GENDER MENURUT ISLAM

Pendahuluan
Perbedaan pendapat tentang "Gender" selalu hangat untuk diberdebatkan, oleh kalangan agamawan, akademisi, politisi bahkan ibu rumah tangga. Umumnya pedebatan yang terjadi terkait masalah batasan hak dan kewajiban antara laki-laki dan perempuan. Hak dan kewajiban dalam setiap aspek kehidupan, politik, ekonomi, sosial dan budaya. Selanjutnya, penafsiran ayat-ayat al-Quran yang berkaitan dengan perempuan dipertanyakan dan ditafsir ulang karena terkesan budaya patriarki menguasai cara penafsiran yang ada.

Sebab Perbedaan Pendapat
Demikian, perdebatan yang muncul tidak akan lepas dari pola pikir dan metodologi yang mereka bangun, Barbara Freyer Stowasser dalam karyanya "Women in the Qur'an, Traditions, and interpretations", membagi para pemikir yang terlibat dalam perdebatan tersebut dalam beberapa kelompok, Pertama, kaum Modernis yang menggunakan ijtihad, Interpretasi individual atas kitab suci-sebagai dasar metodologinya.
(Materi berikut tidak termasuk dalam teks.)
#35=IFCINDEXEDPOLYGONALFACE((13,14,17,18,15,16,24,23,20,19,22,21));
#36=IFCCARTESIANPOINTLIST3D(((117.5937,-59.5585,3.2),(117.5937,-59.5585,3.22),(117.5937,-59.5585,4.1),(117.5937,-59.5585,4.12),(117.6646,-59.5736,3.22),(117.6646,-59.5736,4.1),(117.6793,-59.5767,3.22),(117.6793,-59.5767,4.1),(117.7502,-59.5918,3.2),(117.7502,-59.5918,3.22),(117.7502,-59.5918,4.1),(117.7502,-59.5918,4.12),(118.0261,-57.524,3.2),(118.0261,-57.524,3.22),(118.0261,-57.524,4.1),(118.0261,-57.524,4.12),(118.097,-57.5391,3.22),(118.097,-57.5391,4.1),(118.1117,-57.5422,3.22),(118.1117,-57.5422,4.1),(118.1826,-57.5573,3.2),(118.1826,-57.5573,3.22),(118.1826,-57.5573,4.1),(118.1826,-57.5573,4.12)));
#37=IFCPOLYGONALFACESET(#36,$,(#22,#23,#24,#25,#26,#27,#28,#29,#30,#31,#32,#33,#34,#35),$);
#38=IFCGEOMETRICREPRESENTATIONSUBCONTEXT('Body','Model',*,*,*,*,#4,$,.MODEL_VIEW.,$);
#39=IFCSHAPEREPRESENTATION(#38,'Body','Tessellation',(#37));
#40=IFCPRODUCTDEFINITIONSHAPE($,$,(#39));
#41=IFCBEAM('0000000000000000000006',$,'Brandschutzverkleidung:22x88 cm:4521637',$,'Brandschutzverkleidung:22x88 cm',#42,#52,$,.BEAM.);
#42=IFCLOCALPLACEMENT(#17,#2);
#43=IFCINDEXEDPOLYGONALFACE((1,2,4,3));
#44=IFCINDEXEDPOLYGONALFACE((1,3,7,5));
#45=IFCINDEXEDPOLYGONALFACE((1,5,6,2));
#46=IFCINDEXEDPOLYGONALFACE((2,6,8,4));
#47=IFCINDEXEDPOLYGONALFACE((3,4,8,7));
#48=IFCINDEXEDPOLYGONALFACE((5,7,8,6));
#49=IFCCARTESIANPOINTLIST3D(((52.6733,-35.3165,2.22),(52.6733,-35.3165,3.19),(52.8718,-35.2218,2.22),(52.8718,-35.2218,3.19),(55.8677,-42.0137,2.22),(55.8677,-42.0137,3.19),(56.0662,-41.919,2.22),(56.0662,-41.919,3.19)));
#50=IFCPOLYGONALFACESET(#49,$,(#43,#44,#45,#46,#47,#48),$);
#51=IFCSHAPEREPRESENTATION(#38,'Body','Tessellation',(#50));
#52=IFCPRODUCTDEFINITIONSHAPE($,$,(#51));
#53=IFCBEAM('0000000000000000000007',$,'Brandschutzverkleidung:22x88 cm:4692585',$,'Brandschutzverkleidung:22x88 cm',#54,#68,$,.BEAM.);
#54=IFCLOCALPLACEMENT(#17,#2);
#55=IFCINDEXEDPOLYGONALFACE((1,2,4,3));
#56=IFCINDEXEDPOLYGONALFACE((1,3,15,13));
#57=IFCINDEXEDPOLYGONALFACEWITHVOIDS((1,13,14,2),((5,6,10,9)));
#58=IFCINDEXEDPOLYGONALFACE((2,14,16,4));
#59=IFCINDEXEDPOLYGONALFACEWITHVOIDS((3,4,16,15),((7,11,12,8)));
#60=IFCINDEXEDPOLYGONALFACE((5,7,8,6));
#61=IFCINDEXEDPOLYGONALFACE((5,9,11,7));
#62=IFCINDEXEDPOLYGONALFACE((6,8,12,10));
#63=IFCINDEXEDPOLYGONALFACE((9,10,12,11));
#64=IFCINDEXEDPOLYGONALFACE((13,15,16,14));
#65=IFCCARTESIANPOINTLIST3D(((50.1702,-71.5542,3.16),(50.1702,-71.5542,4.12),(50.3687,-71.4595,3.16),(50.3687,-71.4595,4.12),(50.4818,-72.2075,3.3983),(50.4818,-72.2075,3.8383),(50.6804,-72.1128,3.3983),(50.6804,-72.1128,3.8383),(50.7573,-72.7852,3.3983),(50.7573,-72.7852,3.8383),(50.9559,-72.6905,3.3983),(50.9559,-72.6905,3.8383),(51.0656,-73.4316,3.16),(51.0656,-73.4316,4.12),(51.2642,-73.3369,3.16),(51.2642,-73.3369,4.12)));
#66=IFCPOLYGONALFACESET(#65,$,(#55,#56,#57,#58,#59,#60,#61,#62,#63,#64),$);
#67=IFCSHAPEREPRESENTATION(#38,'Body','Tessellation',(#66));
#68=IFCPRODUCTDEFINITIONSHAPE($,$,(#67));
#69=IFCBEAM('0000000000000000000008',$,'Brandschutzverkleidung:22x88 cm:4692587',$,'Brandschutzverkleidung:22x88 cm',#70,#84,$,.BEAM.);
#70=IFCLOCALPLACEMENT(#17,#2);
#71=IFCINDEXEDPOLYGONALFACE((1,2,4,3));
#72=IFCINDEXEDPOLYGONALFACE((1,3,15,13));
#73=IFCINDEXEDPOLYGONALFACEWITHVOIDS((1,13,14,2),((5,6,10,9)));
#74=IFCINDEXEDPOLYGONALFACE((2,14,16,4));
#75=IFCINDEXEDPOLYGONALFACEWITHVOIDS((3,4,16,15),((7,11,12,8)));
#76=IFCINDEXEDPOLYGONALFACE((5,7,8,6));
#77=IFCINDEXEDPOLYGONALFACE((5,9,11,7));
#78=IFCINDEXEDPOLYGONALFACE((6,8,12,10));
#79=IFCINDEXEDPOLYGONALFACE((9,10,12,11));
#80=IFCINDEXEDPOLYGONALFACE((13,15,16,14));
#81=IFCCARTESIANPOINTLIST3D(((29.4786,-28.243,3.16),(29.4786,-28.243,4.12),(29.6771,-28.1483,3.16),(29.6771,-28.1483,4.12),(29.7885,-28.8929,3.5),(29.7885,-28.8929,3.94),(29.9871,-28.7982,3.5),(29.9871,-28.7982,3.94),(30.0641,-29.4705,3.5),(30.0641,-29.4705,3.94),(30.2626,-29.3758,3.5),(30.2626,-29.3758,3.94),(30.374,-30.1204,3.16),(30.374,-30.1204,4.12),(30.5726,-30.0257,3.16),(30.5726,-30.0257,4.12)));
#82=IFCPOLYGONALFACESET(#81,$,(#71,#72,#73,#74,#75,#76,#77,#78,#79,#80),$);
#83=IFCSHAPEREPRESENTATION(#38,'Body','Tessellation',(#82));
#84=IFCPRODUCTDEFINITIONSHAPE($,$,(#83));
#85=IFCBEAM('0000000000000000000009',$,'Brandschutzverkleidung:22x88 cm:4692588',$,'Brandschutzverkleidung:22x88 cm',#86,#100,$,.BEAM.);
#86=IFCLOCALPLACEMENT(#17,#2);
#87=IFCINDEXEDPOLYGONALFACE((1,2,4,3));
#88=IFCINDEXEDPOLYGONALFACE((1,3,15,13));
Muhammad Abduh dan Rasyid Ridho merupakan wakil dari pemikiran ini, karya-karya mereka mengungkapkan persamaan hak-hak perempuan Islam dalam bidang sosio-politik dengan laki-laki dalam terma-terma yang lebih inklusif dan absolut. Kedua, kaum Konservatif atau Tradisionalis memandang Islam sebagai suatu sistem keimanan yang diwariskan dan interpretasinya hasil dari Ijma', dari komunitas ulama yang terpercaya. Mereka tidak memberikan persamaan hokum terhadap laki-laki dan perempuan sebagaimana diabadikan dalam hukum Islam klasik, kaum perempuan dianggap lemah secara fisik dan mental, namun pada tahun 1960an, mereka menyamakan persamaan antara laki-laki dan perempuan dalam bidang spiritual dan cultural, mereka juga meminggirkan peran perempuan di kancah politik. Ketiga, kaum Fumdamentalis, Barbara menyebut mereka sebagai aktivis skripturalis yang memandang diri mereka sendiri sebagai lambang kesadaran dalam jalan kehidupan Islami. Disebutkan bahwa kaum fundamentalis bersikeras memegang masalah penafsiran literal atas kitab suci secara langsung ke dalam pemikiran dan tindakan kontemporer. Kaum fundamentalis mengakui wanita sebagai serdadu-serdadu dalam peperangan sosial untuk mencapai keadilan komunal.



Pengertian Jender
Kata "Jender" sampai dengan sekarang masih dalam pengertian yang rancu di kalnagan pengkajinya, Nasaruddin Umar dalam Jurnal Paramadina menyebutkan kata gender yang berasal dari bahasa Inggris berarti "jenis kelamin", Webster's New World Dictionary, mengartikan jender sebagai perbedaan yang tampak antara laki-laki dan perempuan dilihat dari segi nilai dan tingkah laku. Selanjutnya, H. T. Wilson dalam Sex and Gender mengartikan gender sebagai suatu dasar untuk menentukan pengaruh faktor budaya dan kehidupan kolektif dalam membedakan laki-laki dan perempuan.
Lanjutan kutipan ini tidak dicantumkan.